▶ _Directions for this task_
Return each line of the listing in which the word "IFCWALL" appears.

Top of Information

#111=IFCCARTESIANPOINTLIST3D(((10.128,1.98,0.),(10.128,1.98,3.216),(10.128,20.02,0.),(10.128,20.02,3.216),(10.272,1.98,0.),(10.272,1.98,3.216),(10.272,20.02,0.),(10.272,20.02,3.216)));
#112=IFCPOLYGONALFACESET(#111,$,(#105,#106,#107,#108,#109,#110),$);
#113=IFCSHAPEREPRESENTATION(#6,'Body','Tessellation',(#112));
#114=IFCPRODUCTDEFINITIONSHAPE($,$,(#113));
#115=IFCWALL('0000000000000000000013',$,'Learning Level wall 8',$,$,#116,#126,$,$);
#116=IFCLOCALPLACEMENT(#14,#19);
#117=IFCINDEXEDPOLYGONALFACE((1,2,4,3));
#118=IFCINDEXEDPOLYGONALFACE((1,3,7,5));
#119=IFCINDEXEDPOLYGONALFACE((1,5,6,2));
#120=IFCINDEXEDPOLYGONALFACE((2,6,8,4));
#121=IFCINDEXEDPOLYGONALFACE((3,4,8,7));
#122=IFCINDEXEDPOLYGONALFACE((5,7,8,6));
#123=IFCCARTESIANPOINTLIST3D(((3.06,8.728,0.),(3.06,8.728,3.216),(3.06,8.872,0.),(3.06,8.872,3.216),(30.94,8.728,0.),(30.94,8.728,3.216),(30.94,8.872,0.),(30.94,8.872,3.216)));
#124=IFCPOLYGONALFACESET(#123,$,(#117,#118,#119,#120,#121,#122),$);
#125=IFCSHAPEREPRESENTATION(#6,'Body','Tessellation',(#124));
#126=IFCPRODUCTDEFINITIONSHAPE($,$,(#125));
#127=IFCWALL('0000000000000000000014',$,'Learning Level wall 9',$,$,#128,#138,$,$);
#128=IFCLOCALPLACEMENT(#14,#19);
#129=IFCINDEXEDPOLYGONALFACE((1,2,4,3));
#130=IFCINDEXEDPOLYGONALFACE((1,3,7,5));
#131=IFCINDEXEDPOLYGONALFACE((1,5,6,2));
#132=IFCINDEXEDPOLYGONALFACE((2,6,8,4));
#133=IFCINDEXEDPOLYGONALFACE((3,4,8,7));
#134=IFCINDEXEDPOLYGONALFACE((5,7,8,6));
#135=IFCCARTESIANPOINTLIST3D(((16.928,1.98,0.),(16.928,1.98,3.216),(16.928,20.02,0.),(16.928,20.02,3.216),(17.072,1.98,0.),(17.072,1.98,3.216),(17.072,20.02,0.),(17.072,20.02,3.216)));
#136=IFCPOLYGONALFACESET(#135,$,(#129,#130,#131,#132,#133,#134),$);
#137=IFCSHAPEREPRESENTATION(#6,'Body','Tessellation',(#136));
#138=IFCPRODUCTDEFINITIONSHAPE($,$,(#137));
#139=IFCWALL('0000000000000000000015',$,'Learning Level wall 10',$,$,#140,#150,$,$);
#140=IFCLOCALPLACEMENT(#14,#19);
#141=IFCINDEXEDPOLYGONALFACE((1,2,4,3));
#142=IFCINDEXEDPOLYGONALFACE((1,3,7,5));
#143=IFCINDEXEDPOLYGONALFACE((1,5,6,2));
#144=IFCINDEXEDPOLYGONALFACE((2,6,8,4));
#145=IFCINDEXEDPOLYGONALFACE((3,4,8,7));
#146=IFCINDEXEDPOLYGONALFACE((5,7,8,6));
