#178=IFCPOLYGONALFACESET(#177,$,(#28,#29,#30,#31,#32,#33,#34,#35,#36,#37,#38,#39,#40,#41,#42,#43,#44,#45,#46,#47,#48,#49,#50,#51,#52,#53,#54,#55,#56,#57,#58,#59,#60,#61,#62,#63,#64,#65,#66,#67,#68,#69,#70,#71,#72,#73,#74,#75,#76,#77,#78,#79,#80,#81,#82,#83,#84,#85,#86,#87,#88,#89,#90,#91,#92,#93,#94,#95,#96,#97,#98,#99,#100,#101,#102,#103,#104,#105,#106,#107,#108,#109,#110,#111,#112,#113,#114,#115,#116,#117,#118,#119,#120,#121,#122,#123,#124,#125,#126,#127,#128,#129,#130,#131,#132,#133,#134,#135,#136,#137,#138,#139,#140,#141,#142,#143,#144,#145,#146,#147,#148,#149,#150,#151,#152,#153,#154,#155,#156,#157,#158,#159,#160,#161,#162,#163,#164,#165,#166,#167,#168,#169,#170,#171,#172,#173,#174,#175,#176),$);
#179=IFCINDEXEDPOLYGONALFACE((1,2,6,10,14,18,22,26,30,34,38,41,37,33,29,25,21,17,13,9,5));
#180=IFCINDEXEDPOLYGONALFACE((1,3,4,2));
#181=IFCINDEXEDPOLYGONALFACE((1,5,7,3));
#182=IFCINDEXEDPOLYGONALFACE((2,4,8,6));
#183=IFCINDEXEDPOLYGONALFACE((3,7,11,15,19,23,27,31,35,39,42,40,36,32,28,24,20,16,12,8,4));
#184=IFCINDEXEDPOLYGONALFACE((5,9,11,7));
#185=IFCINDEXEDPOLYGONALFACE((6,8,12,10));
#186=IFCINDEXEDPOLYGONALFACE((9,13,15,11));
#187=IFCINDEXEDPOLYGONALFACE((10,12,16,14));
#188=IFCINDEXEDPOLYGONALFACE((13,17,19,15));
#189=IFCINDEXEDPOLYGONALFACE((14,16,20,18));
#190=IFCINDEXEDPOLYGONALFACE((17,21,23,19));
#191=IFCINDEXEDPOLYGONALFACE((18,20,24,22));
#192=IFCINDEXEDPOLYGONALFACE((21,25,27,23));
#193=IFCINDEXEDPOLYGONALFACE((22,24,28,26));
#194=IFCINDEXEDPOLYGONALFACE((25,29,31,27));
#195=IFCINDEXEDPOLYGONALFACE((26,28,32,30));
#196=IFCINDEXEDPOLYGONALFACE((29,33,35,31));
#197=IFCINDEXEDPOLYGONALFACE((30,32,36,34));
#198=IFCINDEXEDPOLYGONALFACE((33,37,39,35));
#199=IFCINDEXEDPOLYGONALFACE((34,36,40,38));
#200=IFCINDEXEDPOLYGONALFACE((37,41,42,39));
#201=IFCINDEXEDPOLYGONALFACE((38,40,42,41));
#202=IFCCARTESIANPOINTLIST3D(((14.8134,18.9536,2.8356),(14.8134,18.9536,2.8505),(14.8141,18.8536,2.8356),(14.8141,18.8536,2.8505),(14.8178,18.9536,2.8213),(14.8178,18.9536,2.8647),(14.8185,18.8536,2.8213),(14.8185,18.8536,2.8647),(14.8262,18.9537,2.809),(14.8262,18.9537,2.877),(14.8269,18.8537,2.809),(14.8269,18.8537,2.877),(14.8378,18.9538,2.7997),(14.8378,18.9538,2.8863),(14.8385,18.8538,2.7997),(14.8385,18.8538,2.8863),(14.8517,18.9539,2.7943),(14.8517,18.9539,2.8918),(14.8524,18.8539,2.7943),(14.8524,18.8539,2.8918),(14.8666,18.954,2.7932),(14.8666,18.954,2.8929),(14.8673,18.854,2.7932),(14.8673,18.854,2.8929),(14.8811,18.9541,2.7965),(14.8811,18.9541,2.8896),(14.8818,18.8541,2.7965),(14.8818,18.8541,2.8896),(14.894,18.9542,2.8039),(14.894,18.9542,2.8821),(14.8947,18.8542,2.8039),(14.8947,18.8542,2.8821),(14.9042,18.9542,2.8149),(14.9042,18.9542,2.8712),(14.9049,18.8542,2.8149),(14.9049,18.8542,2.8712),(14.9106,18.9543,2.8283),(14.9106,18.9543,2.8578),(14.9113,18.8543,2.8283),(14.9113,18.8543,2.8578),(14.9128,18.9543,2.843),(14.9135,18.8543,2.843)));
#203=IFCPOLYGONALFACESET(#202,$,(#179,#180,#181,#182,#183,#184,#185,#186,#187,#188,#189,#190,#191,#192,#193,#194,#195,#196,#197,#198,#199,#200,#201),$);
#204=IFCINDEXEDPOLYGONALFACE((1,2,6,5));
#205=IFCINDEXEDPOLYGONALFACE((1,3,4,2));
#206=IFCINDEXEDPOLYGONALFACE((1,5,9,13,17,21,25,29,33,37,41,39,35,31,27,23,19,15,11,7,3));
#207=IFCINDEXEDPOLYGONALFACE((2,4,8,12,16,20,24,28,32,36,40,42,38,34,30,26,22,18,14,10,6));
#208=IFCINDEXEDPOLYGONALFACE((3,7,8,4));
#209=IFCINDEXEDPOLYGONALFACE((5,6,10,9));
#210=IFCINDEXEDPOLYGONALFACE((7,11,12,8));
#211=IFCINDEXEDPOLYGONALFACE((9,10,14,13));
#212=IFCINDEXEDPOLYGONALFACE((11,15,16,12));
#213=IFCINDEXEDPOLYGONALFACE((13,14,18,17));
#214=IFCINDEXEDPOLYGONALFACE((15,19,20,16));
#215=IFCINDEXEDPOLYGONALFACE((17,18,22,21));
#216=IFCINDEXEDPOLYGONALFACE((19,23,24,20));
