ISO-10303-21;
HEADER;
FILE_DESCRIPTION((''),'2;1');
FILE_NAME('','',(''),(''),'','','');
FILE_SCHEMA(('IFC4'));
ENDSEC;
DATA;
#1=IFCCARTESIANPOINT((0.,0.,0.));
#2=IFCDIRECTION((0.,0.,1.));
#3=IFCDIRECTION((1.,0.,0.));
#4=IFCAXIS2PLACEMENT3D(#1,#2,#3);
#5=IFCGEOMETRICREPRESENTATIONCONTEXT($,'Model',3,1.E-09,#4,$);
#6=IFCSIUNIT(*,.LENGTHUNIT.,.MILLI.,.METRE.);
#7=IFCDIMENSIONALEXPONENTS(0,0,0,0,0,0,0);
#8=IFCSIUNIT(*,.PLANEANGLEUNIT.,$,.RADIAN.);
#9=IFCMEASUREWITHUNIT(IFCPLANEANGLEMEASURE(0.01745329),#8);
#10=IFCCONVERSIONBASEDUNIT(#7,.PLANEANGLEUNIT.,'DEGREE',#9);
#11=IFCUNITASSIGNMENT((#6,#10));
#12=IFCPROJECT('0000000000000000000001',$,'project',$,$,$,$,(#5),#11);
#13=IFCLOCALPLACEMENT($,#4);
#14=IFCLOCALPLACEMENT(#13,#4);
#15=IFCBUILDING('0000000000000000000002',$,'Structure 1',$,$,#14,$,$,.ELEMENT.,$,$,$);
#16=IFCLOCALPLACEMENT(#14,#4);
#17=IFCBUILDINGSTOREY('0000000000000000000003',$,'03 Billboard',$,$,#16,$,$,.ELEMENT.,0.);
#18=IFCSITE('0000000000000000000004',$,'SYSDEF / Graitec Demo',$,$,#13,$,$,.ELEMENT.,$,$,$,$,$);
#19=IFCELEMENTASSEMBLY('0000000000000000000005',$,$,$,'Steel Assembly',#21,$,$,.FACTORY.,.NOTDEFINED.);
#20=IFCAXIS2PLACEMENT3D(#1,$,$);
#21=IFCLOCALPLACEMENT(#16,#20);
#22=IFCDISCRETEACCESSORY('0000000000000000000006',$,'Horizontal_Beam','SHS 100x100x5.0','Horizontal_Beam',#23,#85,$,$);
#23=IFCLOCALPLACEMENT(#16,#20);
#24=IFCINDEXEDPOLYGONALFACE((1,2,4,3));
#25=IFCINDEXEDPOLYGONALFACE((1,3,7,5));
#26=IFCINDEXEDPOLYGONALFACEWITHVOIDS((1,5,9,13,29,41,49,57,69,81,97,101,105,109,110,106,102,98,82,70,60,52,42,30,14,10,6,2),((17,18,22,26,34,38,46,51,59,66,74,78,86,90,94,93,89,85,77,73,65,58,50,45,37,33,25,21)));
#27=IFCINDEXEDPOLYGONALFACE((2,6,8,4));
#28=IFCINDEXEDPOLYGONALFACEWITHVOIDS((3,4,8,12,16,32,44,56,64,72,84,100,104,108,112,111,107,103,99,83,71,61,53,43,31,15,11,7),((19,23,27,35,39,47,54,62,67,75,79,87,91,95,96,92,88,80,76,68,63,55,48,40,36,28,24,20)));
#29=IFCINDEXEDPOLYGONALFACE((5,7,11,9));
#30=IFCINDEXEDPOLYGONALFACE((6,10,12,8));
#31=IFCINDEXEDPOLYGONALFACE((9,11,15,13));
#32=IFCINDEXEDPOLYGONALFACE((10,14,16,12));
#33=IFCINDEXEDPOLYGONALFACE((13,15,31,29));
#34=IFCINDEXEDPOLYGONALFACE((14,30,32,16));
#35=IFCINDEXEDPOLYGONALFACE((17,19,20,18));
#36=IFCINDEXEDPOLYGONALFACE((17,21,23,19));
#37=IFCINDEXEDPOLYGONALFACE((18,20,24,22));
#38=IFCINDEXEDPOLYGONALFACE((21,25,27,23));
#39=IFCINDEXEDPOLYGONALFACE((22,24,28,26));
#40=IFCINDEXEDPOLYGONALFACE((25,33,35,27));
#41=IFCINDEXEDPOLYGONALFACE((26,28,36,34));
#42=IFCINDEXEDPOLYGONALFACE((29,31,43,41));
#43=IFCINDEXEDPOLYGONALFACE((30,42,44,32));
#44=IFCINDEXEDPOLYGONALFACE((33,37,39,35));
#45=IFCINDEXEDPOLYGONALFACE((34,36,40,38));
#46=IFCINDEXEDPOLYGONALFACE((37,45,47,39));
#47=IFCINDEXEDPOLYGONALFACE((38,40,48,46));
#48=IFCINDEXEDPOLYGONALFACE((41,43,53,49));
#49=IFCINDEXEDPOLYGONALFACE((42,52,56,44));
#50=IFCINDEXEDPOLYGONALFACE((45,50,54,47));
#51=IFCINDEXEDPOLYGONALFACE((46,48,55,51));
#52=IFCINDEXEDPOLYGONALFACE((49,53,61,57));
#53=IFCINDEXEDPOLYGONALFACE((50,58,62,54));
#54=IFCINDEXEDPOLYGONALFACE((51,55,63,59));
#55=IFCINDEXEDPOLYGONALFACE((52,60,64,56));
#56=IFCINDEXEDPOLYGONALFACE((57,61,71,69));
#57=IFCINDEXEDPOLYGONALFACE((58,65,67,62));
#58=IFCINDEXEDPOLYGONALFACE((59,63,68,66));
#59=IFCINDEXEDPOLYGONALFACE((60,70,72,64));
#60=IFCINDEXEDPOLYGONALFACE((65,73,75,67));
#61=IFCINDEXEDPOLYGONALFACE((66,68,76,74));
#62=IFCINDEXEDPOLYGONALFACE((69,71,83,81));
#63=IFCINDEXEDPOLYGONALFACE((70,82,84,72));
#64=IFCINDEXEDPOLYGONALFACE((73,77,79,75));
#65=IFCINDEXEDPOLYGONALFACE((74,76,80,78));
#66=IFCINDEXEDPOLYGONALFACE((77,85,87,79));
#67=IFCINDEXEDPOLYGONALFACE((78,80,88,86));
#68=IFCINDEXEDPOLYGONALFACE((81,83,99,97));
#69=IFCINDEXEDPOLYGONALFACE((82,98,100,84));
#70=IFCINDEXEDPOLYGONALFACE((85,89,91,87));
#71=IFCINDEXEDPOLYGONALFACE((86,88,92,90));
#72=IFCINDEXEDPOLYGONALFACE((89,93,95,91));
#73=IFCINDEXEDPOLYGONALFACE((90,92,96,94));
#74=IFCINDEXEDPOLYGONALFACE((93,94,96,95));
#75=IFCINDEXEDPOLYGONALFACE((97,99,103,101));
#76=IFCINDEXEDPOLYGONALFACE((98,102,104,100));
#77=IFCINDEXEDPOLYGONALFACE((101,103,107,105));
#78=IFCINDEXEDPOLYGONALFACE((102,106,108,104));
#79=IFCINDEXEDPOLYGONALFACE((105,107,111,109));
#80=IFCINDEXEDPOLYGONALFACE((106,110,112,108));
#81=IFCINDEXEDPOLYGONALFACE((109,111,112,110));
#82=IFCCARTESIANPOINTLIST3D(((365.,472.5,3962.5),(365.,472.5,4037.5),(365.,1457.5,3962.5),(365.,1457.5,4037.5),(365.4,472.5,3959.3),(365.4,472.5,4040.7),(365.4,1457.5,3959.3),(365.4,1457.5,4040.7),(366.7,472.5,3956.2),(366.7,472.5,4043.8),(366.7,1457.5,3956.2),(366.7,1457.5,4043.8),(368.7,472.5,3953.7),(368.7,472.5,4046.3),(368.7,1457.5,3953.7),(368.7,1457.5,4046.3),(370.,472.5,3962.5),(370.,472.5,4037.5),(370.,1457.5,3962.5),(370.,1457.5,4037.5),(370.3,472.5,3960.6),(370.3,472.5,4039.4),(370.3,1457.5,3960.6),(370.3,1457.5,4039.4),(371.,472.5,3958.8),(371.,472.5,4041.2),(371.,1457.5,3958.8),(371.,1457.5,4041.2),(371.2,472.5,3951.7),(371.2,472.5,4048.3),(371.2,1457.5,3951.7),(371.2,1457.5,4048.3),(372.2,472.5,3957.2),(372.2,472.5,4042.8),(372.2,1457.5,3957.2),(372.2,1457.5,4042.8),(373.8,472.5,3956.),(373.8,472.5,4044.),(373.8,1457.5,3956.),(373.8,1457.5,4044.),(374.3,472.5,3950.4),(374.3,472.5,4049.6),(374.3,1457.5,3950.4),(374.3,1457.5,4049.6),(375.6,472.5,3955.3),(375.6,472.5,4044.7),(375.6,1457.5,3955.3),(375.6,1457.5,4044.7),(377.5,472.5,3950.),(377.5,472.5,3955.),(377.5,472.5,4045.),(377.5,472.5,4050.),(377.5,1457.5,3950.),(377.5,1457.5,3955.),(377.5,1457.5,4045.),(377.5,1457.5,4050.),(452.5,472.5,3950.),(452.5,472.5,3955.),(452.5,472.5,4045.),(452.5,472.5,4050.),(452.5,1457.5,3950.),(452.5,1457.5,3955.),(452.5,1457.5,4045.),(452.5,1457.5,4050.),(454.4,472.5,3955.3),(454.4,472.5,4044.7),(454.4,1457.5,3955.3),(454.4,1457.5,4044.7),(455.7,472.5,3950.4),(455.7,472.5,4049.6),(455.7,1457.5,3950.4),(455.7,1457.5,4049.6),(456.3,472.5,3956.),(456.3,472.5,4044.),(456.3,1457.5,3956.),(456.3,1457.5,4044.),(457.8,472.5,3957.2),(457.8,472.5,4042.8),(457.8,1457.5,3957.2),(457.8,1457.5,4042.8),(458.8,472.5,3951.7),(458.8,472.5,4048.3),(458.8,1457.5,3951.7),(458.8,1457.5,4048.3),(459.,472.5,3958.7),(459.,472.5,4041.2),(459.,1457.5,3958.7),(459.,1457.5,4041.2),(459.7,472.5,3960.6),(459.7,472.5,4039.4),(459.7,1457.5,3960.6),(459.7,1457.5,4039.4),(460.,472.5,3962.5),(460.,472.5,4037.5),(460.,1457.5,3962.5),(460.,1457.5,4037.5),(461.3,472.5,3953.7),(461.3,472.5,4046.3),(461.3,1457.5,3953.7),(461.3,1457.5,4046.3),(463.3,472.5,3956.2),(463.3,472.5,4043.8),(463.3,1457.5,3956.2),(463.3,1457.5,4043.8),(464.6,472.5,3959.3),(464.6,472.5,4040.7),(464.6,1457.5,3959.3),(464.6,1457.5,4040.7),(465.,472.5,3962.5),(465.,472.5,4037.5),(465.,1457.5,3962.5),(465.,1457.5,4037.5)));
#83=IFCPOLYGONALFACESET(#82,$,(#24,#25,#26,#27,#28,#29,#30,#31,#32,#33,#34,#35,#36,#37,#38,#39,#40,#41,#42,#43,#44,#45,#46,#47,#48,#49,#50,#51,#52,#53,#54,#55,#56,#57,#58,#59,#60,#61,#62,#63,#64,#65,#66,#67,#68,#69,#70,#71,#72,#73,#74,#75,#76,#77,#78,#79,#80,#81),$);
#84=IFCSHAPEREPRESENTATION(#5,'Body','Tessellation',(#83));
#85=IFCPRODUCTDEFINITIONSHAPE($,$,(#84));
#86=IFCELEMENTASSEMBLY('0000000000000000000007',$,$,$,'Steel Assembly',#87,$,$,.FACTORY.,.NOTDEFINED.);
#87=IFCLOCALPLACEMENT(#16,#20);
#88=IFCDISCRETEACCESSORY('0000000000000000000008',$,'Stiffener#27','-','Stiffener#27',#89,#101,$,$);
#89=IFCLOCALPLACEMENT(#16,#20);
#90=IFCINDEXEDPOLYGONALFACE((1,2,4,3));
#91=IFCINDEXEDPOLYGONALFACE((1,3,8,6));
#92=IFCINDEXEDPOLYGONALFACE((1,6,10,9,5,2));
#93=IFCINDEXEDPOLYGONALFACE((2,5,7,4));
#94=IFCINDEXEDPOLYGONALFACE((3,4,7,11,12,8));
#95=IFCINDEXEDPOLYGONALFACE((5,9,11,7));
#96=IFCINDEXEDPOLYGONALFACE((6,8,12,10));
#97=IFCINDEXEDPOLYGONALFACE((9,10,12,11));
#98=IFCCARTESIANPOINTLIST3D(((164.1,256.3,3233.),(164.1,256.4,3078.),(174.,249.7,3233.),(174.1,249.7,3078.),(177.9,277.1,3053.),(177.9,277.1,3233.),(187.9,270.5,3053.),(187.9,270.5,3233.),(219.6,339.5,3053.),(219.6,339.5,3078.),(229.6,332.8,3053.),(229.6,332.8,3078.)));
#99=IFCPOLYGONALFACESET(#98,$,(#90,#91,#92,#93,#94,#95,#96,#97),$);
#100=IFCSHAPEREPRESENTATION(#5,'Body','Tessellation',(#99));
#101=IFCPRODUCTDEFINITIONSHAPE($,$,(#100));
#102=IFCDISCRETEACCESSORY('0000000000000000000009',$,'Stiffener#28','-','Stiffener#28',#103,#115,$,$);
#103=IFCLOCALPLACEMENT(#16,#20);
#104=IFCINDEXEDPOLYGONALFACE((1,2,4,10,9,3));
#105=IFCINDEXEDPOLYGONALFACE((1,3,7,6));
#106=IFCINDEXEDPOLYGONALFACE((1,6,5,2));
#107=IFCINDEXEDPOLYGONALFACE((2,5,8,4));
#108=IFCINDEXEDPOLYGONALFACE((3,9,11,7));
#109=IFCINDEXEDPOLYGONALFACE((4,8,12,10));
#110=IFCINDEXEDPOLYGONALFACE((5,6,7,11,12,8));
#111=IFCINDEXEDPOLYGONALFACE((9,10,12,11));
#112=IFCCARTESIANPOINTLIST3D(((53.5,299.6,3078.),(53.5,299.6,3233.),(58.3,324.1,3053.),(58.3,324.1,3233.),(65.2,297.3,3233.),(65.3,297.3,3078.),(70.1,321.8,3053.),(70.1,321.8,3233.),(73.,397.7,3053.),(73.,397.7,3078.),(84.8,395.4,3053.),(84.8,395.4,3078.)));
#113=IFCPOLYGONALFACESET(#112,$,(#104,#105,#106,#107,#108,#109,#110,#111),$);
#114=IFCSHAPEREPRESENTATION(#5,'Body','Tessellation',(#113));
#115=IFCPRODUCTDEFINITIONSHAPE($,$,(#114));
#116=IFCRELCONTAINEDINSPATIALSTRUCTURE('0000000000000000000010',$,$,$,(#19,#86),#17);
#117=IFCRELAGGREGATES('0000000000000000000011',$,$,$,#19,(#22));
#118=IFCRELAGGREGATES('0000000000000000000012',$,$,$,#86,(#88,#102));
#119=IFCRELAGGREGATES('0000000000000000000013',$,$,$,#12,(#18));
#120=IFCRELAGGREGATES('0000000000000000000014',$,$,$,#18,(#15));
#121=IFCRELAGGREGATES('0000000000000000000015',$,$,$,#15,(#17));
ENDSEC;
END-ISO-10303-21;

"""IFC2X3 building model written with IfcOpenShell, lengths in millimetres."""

from ifc_helpers import new_model, entity, si_unit, converted_unit, frame, origin, origin_with_axes, origin_2d, place, context, project, spatial, polyline, hollow_rectangle, outline, extrude, clip, halfspace, element, aggregate, save


model = new_model("IFC2X3")

# Units and contexts
model_context = context("Model", 3, precision=1e-09, world=origin_with_axes())
ifc_project = project(units=[si_unit("LENGTHUNIT", "METRE", prefix="MILLI"), converted_unit("PLANEANGLEUNIT", "DEGREE", entity("IfcPlaneAngleMeasure", 0.01745329), si_unit("PLANEANGLEUNIT", "RADIAN"), dimensions=[0, 0, 0, 0, 0, 0, 0])], contexts=[model_context])

# Site, building, storey
site_placement = place(None, origin_with_axes())
site = spatial("IfcSite", under=ifc_project, at=site_placement, Name="SYSDEF / Graitec Demo", CompositionType="ELEMENT")
building_placement = place(site_placement, origin_with_axes())
building = spatial("IfcBuilding", under=site, at=building_placement, Name="Structure 1", CompositionType="ELEMENT")
storey_placement = place(building_placement, origin_with_axes())
storey = spatial("IfcBuildingStorey", under=building, at=storey_placement, Name="03 Billboard", CompositionType="ELEMENT", Elevation=0.0)

# Element assembly, discrete accessory
assembly_1_placement = place(None, frame((-415.0, 391.8, 4000.0), z_axis=(0.0, -1.0, 0.0), x_axis=(1.0, 0.0, 0.0)))
assembly_1 = element("IfcElementAssembly", 1, at=assembly_1_placement, inside=storey, ObjectType="Steel Assembly", AssemblyPlace="FACTORY", PredefinedType="NOTDEFINED")
discrete_accessory_1_placement = place(assembly_1_placement, frame((830.0, 0.0, 0.0), z_axis=(0.0, 0.0, 1.0), x_axis=(1.0, 0.0, 0.0)))
discrete_accessory_1 = element("IfcDiscreteAccessory", 2, at=discrete_accessory_1_placement, Name="Horizontal_Beam", Description="SHS 100x100x5.0", ObjectType="Horizontal_Beam", context=model_context, shape_type="Clipping", body=[
    clip(clip(extrude(hollow_rectangle(XDim=100.0, YDim=100.0, WallThickness=5.0, InnerFilletRadius=7.5, OuterFilletRadius=12.5, at=origin_2d()), origin(), (0.0, 0.0, -1.0), 1141.4), halfspace(frame((-415.0, -4000.0, -1065.7), z_axis=(0.0, 0.0, 1.0), x_axis=(1.0, 0.0, 0.0)), True)), halfspace(frame((-415.0, -4000.0, -80.7), z_axis=(0.0, 0.0, -1.0), x_axis=(-1.0, 0.0, 0.0)), True)),
])
aggregate(assembly_1, [discrete_accessory_1])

Bottom of Information

▶ _Problem solution_
#115=IFCWALL('0000000000000000000013',$,'Learning Level wall 8',$,$,#116,#126,$,$);
#127=IFCWALL('0000000000000000000014',$,'Learning Level wall 9',$,$,#128,#138,$,$);
#139=IFCWALL('0000000000000000000015',$,'Learning Level wall 10',$,$,#140,#150,$,$);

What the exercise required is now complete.